Purpose: Here we describe the development and validation of a novel, high density DNA microarray representing all known E. coli genes mined from approximately 300 whole genome sequences. The FDA-ECID array has been designed and manufactured using next-generation Affymetrix PEG-GeneAtlas technology. This custom tool is rapid, affordable and high-throughput.
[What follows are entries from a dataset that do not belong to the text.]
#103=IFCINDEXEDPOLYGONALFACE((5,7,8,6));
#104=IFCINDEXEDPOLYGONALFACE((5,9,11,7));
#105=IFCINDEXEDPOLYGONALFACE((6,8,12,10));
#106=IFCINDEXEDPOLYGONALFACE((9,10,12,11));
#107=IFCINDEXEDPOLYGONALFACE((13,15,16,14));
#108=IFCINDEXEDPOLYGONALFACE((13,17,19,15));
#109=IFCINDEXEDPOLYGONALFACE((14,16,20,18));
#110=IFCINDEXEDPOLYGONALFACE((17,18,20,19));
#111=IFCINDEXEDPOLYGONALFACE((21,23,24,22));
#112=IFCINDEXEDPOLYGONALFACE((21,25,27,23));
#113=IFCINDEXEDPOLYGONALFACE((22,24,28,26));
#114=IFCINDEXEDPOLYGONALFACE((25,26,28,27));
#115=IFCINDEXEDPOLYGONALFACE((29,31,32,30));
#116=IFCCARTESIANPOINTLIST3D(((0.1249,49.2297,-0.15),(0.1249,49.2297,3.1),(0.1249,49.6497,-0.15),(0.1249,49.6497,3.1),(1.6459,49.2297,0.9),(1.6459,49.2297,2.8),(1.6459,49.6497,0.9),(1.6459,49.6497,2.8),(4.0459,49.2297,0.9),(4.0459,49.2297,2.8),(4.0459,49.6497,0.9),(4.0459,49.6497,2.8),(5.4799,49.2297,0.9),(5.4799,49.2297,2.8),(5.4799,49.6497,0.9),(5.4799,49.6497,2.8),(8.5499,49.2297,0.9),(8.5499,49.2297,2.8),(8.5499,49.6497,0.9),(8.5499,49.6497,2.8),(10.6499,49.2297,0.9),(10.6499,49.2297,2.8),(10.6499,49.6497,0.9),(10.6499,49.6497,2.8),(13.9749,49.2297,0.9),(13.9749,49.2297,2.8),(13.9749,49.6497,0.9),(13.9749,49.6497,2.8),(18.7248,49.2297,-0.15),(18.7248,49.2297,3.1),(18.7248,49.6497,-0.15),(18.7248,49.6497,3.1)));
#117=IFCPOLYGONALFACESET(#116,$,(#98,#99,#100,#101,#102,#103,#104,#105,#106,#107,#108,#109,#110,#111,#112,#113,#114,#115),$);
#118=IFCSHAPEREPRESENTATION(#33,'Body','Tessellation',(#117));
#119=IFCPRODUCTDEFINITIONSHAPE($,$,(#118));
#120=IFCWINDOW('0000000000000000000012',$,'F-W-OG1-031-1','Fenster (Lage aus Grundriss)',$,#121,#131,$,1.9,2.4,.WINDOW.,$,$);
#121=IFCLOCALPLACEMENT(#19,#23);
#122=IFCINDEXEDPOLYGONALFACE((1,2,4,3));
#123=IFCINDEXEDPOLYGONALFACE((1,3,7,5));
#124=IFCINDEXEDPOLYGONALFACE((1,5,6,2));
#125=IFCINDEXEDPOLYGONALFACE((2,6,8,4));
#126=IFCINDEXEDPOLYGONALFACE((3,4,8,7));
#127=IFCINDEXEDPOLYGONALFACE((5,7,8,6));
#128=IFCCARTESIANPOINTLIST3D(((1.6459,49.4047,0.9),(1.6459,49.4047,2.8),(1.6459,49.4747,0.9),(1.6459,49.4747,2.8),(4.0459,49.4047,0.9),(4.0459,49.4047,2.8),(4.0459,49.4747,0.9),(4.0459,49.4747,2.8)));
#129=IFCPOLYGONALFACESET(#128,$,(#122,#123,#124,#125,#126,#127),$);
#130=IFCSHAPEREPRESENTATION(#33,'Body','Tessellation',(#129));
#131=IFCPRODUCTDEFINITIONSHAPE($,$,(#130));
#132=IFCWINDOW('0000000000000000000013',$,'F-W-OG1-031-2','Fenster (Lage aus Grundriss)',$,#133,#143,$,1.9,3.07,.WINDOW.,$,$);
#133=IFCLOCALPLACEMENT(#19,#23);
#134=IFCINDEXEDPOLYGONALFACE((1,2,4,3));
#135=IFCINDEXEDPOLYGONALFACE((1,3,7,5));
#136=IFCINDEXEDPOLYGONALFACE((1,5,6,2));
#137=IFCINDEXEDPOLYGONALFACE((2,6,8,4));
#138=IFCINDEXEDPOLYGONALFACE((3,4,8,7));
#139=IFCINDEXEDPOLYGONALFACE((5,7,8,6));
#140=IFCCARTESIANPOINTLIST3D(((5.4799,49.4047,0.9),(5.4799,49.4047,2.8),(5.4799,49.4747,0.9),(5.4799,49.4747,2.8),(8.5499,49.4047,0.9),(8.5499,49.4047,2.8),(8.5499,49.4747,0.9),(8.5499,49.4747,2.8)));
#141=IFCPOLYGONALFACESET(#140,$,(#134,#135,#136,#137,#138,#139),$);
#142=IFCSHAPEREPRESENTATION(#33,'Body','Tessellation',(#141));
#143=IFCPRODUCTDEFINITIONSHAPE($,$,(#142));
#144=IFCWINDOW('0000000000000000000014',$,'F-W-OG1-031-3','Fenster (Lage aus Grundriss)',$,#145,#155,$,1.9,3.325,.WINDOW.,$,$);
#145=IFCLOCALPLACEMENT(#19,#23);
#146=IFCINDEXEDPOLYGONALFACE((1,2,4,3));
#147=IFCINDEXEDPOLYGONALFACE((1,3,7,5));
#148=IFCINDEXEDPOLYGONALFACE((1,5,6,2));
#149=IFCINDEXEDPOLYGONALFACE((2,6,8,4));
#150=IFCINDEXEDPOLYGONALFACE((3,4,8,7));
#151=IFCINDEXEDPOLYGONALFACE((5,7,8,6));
Methods: Using BLASTCLUST and NETCLUST tools, we analyzed 300 whole genome sequences and determined the non-redundant pangenome of the species of E. coli to be ~40k unique genes. Each of these ~40k genes is represented as a probe set on our FDA-ECID microarray. Additionally, we have represented each allele from the fliC, wzx, and wzy genes; thereby allowing this microarray the ability to perform molecular serotyping. Using the same 300 genome sequences, we identified ~125k conserved 25-mers each containing a central single nucleotide polymorphism (SNP). Of these, we filtered the most informative 10% that were capable of accurately recapitulating the phylogeny of E. coli. Each of the 10k informative SNPs is represented on the FDA-ECID microarray using a SNP-typing probe strategy.
Results: As part of a validation process, we have performed hybridizations in quadruplicate of 4 diverse, well characterized, sequenced reference strains (Sakai, 55989, CFT073, MG1655). These data allowed us to optimize gene-calling and SNP-calling algorithms. We also present the results from our interrogation of a vast collection (>900) of temporally and geographically diverse E. coli isolates.
Significance: In summary, the FDA-ECID microarray is a powerful tool for molecular epidemiology, phylogenetic analysis, virulence assessment, molecular serotyping, and exploring the global genomic diversity of Escherichia coli.